ATP synthase plays a central role in maintaining an adequate bioenergetic metabolism of neural cells other than controlling the mitochondrial dynamic and oxidative ROS production. Therefore, ATP synthase deficiency can be responsible for inherited mitochondrial encephalopathy and contributes to neurodevelopmental and neurodegenerative disorders. Dysfunction may result from structural or enzymatic defects due to aberrant mechanisms of synthesis, assembly, biogenesis and regulation of the ATP synthase complexes [61]. Direct “hits” are genetic variants in nDNA or mDNA encoded subunits causing maternal or mendelian inherited mitochondrial disorders. Contrariwise, indirect hits are defects in nDNA encoded assembly factors or regulatory and interacting proteins. Although the underlying disease mechanism is different, they all culminate with reduced catalytic activity and profound alteration of mitochondrial morphology with onion-like remodeling of cristae shape.

MT-ATP6 defect is the most common cause of ATP synthase deficiency. This is associated with maternally inherited mitochondrial encephalopathy with a predominant tissue-specificity for the cerebellum and basal ganglia and frequent multisystemic involvement of muscle, heart, peripheral nervous system, hearing and eye. Clinical features include ataxia, motor and language developmental delay, deafness, retinitis pigmentosa, hypertrophic cardiomyopathy. The first and most common pathogenetic variants, m.8993T>G (p.Leu156Arg) and m.8993T>C (p.Leu156Pro), were described in families presenting the spectrum of Maternal Inherited Leigh syndrome (MILS) and neurogenic muscle weakness, ataxia, retinitis pigmentosa (NARP) [62,63]. The biochemical defect is more pronounced in the m.8993T>G, introducing a positively charged amino acid (Arg) in a very highly conserved position (Leu156), consequently affecting the c-ring rotation and reducing the proton flux through FO [64]. More than 70 variants have been described in the literature, 10 of them with confirmed pathogenicity in several independent research studies (www.mitomap.org) [65]. Clinical, neurophysiological and neuroimaging features depict an additional three major syndromes: Familiar bilateral striatal necrosis characterized by bilateral symmetrical degeneration of the basal ganglia, predominantly of the caudate and putamen nucleus; [66,67]; Leber Hereditary Optic Neuropathy (LHON) characterized by acute or subacute central vision loss leading to central scotoma and blindness [68]; Charcot-Marie-Tooth Neuropathy described in patients with pes cavus, subtle gait unsteadiness, weakness, atrophy and paraesthesia and sensory axial neuropathy [69,70,71].

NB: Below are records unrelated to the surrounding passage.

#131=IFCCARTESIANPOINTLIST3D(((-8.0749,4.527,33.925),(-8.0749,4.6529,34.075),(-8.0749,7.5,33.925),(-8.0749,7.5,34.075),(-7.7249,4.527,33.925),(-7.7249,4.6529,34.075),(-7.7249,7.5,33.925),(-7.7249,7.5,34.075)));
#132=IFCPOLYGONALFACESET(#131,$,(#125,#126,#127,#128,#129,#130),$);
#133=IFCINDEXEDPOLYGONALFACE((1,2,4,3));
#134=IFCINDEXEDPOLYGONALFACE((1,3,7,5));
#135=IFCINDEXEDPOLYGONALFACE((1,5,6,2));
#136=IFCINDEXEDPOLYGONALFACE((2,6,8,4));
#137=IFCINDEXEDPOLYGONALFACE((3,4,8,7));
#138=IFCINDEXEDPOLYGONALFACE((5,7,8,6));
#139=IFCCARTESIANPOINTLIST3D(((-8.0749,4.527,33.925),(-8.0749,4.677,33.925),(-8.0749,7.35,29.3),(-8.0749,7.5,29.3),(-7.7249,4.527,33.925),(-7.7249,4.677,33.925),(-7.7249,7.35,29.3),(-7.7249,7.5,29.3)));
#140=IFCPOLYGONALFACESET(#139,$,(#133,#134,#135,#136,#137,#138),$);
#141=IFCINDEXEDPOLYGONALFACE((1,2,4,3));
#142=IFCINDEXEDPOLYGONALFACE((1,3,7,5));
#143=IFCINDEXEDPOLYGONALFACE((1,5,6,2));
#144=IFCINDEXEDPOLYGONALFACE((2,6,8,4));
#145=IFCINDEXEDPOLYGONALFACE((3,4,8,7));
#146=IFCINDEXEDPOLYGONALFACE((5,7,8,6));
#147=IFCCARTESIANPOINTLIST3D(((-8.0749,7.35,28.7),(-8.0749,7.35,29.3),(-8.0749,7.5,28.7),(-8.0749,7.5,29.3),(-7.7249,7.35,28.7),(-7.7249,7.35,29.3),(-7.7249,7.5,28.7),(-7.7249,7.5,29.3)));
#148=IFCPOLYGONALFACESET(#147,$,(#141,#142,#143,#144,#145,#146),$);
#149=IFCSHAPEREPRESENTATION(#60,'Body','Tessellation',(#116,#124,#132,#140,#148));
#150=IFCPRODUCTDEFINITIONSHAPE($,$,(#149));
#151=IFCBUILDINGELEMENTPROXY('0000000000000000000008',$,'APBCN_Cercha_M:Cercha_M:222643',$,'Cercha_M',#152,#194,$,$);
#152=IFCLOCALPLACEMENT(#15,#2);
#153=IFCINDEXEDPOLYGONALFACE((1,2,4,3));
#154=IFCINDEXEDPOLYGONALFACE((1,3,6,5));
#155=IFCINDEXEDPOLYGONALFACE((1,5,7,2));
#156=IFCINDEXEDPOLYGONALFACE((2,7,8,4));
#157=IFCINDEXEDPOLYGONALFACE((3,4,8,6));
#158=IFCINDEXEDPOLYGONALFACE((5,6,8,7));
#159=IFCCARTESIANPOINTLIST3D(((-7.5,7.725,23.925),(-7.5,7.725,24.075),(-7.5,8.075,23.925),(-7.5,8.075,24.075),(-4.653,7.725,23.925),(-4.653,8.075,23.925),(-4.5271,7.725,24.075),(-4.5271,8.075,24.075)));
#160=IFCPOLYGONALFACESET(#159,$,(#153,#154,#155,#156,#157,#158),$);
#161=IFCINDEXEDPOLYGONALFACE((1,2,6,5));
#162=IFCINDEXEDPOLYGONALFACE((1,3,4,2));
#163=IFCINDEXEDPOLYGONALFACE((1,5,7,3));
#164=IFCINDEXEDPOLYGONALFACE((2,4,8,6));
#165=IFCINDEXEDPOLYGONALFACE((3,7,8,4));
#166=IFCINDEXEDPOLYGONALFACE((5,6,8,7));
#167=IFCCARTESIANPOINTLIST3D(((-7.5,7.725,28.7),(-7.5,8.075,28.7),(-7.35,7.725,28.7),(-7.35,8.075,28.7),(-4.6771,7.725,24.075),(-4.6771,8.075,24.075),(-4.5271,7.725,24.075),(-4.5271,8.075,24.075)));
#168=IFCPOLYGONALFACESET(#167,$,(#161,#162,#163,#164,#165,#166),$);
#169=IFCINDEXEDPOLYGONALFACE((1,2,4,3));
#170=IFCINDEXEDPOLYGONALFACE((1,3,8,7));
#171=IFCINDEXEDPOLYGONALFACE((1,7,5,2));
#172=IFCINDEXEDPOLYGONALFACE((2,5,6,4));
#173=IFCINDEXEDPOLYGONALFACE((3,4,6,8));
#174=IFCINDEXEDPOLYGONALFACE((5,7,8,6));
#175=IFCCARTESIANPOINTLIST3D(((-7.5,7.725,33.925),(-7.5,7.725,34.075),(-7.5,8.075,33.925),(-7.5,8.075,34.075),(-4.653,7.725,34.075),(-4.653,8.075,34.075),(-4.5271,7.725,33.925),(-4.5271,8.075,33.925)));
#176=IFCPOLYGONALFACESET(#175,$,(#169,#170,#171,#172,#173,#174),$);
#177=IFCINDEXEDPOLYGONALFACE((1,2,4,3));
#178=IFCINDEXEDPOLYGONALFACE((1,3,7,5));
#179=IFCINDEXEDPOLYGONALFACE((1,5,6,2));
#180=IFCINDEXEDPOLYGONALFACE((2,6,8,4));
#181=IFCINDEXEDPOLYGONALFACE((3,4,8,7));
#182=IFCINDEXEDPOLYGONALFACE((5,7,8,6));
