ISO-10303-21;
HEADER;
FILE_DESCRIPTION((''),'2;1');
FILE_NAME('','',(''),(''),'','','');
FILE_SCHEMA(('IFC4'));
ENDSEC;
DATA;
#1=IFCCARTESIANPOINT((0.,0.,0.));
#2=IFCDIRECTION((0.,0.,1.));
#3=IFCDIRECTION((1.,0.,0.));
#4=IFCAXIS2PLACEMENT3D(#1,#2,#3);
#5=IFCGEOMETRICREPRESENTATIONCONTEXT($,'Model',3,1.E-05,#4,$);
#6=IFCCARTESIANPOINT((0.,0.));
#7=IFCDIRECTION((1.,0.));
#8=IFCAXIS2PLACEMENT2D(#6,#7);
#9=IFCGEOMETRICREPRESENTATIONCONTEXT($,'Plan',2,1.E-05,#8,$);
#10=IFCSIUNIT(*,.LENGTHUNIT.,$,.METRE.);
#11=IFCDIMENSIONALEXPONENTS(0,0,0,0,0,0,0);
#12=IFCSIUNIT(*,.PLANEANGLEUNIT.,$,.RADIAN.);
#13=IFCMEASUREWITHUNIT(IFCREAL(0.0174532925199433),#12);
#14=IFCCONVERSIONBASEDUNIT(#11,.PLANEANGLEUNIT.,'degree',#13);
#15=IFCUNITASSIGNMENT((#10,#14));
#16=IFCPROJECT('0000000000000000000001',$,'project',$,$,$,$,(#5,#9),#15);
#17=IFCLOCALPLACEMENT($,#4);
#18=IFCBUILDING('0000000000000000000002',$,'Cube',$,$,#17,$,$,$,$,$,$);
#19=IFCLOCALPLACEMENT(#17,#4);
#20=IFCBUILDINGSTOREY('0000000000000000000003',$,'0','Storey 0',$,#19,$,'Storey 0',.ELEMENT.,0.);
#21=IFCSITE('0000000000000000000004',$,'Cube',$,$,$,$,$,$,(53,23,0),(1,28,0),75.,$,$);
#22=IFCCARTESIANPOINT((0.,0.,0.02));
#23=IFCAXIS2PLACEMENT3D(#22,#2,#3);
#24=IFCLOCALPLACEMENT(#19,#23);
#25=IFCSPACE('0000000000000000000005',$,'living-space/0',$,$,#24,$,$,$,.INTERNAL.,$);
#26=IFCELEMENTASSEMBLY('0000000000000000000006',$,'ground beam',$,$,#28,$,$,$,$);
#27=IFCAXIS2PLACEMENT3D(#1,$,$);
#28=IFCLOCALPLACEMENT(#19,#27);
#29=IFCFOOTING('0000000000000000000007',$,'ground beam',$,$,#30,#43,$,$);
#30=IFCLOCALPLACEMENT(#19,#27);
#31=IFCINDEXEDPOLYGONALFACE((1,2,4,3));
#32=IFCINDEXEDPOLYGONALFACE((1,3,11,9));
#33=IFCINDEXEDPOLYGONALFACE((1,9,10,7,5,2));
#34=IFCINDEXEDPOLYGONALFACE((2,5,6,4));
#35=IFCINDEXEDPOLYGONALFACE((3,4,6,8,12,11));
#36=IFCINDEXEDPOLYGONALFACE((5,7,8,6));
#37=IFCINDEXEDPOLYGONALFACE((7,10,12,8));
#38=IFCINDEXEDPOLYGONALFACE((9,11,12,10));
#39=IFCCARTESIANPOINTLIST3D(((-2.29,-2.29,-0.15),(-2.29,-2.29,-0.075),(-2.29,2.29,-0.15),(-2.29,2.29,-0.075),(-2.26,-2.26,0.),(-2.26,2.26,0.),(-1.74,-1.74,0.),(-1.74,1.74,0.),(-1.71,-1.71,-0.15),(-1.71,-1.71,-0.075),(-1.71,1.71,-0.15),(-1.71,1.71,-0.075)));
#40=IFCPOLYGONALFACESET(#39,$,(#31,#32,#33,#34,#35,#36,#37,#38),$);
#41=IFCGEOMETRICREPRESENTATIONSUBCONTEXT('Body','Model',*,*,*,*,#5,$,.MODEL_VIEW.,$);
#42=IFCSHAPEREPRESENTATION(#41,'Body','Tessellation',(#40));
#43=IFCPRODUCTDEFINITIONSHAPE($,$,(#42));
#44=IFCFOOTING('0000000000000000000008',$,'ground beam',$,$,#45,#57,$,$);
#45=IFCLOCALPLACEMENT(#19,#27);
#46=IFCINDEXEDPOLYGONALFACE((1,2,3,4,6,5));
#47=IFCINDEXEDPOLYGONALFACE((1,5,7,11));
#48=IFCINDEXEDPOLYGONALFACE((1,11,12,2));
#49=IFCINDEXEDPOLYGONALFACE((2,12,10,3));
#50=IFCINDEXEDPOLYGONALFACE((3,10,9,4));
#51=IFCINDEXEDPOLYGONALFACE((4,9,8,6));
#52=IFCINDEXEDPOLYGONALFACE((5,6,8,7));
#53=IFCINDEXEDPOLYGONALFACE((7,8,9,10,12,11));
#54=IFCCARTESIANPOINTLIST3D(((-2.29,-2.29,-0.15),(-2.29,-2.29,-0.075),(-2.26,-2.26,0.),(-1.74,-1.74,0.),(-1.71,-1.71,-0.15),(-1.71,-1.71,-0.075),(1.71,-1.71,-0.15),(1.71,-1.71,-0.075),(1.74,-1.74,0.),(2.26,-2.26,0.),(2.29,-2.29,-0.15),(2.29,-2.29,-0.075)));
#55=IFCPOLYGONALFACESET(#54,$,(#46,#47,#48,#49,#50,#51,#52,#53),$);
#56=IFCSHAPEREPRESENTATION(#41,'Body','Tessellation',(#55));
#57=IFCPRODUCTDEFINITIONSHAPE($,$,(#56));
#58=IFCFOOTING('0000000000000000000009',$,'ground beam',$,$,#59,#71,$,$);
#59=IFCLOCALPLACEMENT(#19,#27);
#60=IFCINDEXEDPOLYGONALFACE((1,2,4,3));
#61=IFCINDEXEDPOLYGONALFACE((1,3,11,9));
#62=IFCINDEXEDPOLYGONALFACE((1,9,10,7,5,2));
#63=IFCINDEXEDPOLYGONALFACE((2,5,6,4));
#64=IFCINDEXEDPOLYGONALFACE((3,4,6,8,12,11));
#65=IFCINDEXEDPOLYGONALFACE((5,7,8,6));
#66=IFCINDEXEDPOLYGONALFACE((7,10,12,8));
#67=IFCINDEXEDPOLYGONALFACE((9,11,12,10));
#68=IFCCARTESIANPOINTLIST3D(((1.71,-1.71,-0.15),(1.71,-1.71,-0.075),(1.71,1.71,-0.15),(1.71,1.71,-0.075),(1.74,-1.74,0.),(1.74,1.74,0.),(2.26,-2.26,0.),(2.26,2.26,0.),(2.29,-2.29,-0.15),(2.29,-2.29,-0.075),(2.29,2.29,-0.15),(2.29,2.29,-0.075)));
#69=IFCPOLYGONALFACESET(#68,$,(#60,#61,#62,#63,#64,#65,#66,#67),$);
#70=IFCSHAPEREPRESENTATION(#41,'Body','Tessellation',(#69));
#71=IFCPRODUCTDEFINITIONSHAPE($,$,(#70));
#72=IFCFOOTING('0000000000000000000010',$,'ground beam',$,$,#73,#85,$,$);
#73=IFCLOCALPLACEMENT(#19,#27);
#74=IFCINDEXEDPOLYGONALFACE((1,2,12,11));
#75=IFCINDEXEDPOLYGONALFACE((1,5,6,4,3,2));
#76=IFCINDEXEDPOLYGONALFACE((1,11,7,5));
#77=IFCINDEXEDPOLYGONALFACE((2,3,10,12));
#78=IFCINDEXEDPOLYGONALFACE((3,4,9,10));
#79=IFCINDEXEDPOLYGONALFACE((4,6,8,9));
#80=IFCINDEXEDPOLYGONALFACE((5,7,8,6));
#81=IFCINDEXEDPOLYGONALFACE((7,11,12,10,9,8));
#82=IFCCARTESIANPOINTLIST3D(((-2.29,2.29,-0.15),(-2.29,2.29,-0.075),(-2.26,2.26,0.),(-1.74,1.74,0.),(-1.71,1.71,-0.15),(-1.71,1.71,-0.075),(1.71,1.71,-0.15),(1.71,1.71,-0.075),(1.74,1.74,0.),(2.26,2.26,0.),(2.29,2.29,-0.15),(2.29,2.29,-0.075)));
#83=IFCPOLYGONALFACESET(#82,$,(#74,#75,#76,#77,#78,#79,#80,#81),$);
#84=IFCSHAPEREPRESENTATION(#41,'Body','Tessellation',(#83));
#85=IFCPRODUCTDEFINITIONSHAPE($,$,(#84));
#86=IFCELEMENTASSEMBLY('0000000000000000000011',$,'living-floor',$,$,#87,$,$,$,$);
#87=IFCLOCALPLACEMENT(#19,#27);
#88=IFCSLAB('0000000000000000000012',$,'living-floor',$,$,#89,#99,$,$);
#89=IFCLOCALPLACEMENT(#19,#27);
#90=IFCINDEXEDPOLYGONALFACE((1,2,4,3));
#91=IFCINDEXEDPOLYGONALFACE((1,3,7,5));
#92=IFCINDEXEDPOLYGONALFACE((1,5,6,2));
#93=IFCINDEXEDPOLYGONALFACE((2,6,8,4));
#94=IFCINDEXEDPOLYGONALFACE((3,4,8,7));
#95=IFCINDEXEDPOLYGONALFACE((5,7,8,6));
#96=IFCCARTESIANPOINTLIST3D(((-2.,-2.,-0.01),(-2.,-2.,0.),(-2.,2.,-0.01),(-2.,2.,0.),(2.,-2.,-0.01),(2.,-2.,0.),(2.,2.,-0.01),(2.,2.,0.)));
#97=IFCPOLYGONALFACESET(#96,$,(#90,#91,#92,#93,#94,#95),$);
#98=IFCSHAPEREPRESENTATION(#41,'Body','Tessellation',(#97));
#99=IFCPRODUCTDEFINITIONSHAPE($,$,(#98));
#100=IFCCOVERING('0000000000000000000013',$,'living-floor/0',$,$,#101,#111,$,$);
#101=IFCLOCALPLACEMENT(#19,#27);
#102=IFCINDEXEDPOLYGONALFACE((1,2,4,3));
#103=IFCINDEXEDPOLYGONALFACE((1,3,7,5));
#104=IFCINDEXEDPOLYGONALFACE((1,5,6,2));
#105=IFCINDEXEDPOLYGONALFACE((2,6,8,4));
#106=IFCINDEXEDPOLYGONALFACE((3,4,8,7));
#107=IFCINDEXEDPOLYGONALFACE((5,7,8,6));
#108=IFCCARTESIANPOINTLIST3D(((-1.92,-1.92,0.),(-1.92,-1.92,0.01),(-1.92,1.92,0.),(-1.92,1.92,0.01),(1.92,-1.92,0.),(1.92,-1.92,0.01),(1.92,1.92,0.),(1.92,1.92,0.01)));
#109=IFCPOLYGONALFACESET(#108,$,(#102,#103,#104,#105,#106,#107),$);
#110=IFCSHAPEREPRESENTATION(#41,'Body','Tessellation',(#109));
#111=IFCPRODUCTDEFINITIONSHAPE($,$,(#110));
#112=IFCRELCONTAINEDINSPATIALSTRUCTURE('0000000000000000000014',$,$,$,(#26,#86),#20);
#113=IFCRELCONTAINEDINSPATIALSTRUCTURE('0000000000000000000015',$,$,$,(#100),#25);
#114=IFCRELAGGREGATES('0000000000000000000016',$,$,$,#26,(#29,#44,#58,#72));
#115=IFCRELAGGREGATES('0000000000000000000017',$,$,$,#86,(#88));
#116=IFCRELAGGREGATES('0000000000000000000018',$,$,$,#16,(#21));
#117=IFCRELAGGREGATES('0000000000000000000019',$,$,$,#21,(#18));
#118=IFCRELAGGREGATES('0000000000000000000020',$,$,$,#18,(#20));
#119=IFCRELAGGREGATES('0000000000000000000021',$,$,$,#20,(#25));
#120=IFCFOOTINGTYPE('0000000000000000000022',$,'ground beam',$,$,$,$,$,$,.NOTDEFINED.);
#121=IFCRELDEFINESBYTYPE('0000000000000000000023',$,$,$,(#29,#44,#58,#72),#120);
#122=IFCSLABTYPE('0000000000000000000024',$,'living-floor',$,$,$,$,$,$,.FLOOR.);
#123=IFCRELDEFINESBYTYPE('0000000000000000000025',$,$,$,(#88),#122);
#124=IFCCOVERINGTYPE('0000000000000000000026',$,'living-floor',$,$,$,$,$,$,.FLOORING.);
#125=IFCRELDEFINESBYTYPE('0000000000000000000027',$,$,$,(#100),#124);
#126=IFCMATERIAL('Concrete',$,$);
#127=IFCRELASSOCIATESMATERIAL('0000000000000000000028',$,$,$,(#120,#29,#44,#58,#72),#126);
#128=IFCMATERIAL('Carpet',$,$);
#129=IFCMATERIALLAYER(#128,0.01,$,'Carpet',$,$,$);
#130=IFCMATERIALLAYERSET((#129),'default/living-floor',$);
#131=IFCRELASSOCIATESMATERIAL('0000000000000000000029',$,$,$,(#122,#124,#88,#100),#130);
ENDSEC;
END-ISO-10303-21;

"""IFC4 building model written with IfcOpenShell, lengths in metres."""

from ifc_helpers import new_model, entity, si_unit, converted_unit, frame, origin, origin_with_axes, origin_2d_with_axis, place, context, subcontext, project, spatial, polyline, outline, extrude, clip, halfspace, material, layer, layer_set, layer_usage, material_profile, profile_set, profile_usage, type_object, element, aggregate, save


model = new_model("IFC4")

# Units and contexts
model_context = context("Model", 3, precision=1e-05, world=origin_with_axes())
plan_context = context("Plan", 2, precision=1e-05, world=origin_2d_with_axis())
body_context = subcontext(model_context, "Body", "Model", "MODEL_VIEW")
ifc_project = project(units=[si_unit("LENGTHUNIT", "METRE"), converted_unit("PLANEANGLEUNIT", "degree", entity("IfcReal", 0.0174532925199433), si_unit("PLANEANGLEUNIT", "RADIAN"), dimensions=[0, 0, 0, 0, 0, 0, 0])], contexts=[model_context, plan_context])

# Site, building, storey
site = spatial("IfcSite", under=ifc_project, Name="Cube", RefLatitude=(53, 23, 0), RefLongitude=(1, 28, 0), RefElevation=75.0)
building_placement = place(None, origin_with_axes())
building = spatial("IfcBuilding", under=site, at=building_placement, Name="Cube")
storey_placement = place(building_placement, origin_with_axes())
storey = spatial("IfcBuildingStorey", under=building, at=storey_placement, Name="0", Description="Storey 0", LongName="Storey 0", CompositionType="ELEMENT", Elevation=0.0)

# Element assembly, footings
assembly_1_placement = place(storey_placement, origin_with_axes())
assembly_1 = element("IfcElementAssembly", 1, at=assembly_1_placement, inside=storey, Name="ground beam")
ifc_material_1 = material(Name="Concrete")
ifc_material_profile = material_profile(ifc_material_1, outline(polyline([(-0.26, 0.0), (-0.29, -0.075), (-0.29, -0.15), (0.29, -0.15), (0.29, -0.075), (0.26, 0.0), (-0.26, 0.0)])))
ifc_profile_set = profile_set([ifc_material_profile])
ifc_profile_usage_1 = profile_usage(ifc_profile_set)
footing_type = type_object("IfcFootingType", Name="ground beam", PredefinedType="NOTDEFINED", material=ifc_profile_set)
footing_1_placement = place(assembly_1_placement, frame((-2.0, -3.0, 0.0), z_axis=(0.0, 1.0, 0.0), x_axis=(-1.0, 0.0, 0.0)))
footing_1 = element("IfcFooting", 2, at=footing_1_placement, type_object=footing_type, material=ifc_profile_usage_1, Name="ground beam", context=body_context, shape_type="Clipping", body=[
    clip(clip(extrude(outline(polyline([(-0.26, 0.0), (-0.29, -0.075), (-0.29, -0.15), (0.29, -0.15), (0.29, -0.075), (0.26, 0.0), (-0.26, 0.0)])), origin_with_axes(), (0.0, 0.0, 1.0), 6.0), halfspace(frame((0.0, 0.0, 1.0), z_axis=(-0.707107, 0.0, -0.707107), x_axis=(0.0, 1.0, 0.0)), False)), halfspace(frame((0.0, 0.0, 5.0), z_axis=(-0.707107, 0.0, 0.707107), x_axis=(0.0, 1.0, 0.0)), False)),
])
ifc_profile_usage_2 = profile_usage(ifc_profile_set)
footing_2_placement = place(assembly_1_placement, frame((3.0, -2.0, 0.0), z_axis=(-1.0, 0.0, 0.0), x_axis=(0.0, -1.0, 0.0)))
footing_2 = element("IfcFooting", 3, at=footing_2_placement, type_object=footing_type, material=ifc_profile_usage_2, Name="ground beam", context=body_context, shape_type="Clipping", body=[
    clip(clip(extrude(outline(polyline([(-0.26, 0.0), (-0.29, -0.075), (-0.29, -0.15), (0.29, -0.15), (0.29, -0.075), (0.26, 0.0), (-0.26, 0.0)])), origin_with_axes(), (0.0, 0.0, 1.0), 6.0), halfspace(frame((0.0, 0.0, 1.0), z_axis=(-0.707107, 0.0, -0.707107), x_axis=(0.0, 1.0, 0.0)), False)), halfspace(frame((0.0, 0.0, 5.0), z_axis=(-0.707107, 0.0, 0.707107), x_axis=(0.0, 1.0, 0.0)), False)),
])
ifc_profile_usage_3 = profile_usage(ifc_profile_set)
footing_3_placement = place(assembly_1_placement, frame((2.0, 3.0, 0.0), z_axis=(0.0, -1.0, 0.0), x_axis=(1.0, 0.0, 0.0)))
footing_3 = element("IfcFooting", 4, at=footing_3_placement, type_object=footing_type, material=ifc_profile_usage_3, Name="ground beam", context=body_context, shape_type="Clipping", body=[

Pathogenetic variants of MT-ATP8 are rarer causes of ATP synthase deficiency. Only eight patients have been described presenting with hypertrophic cardiomyopathies, cerebellar ataxia and psychomotor delay the majority of them [70,72]. Additional signs and symptoms were deafness, seizures, spastic paraplegia, neuropathy. Interestingly, Fehli et al. reported a patient with psychomotor delay, global and axial hypotony and seizures, and bilateral abnormalities of signal intensity in the bilateral lenticular nucleus, dentate nucleus and periventricular, carrying two homoplasmic variants: m.8392C>T (Pro136Ser) in MT-ATP6 gene and m.8527A>G at the junction MT-ATP6/MT-ATP8 [73].

Autosomal recessive ATP synthase deficiency has been associated with “direct hits” due to pathogenetic variants in four nuclear-encoded subunits: ATP5A1 encoding for the α-subunit in F1 subcomplex; ATP5D and ATP5E, respectively encoding for δ and ε subunit, form the central stalk with γ subunit; USMG5 encoding for a protein involved in the dimerization of ATP synthase.

Although they all present with encephalopathy [74,75,76,77,78,79], a very early onset (birth-day 1 of life) with rapid progression to fatal exitus characterized ATP5A1 defect [74,75]. Episodes of metabolic decompensation, consciousness deterioration, psychomotor regression with partial resolution of clinical, and neuroimaging features were the striking characteristics of the encephalopathy presented by patients carrying pathogenetic variants in ATP5D [76] and USMG5 [79].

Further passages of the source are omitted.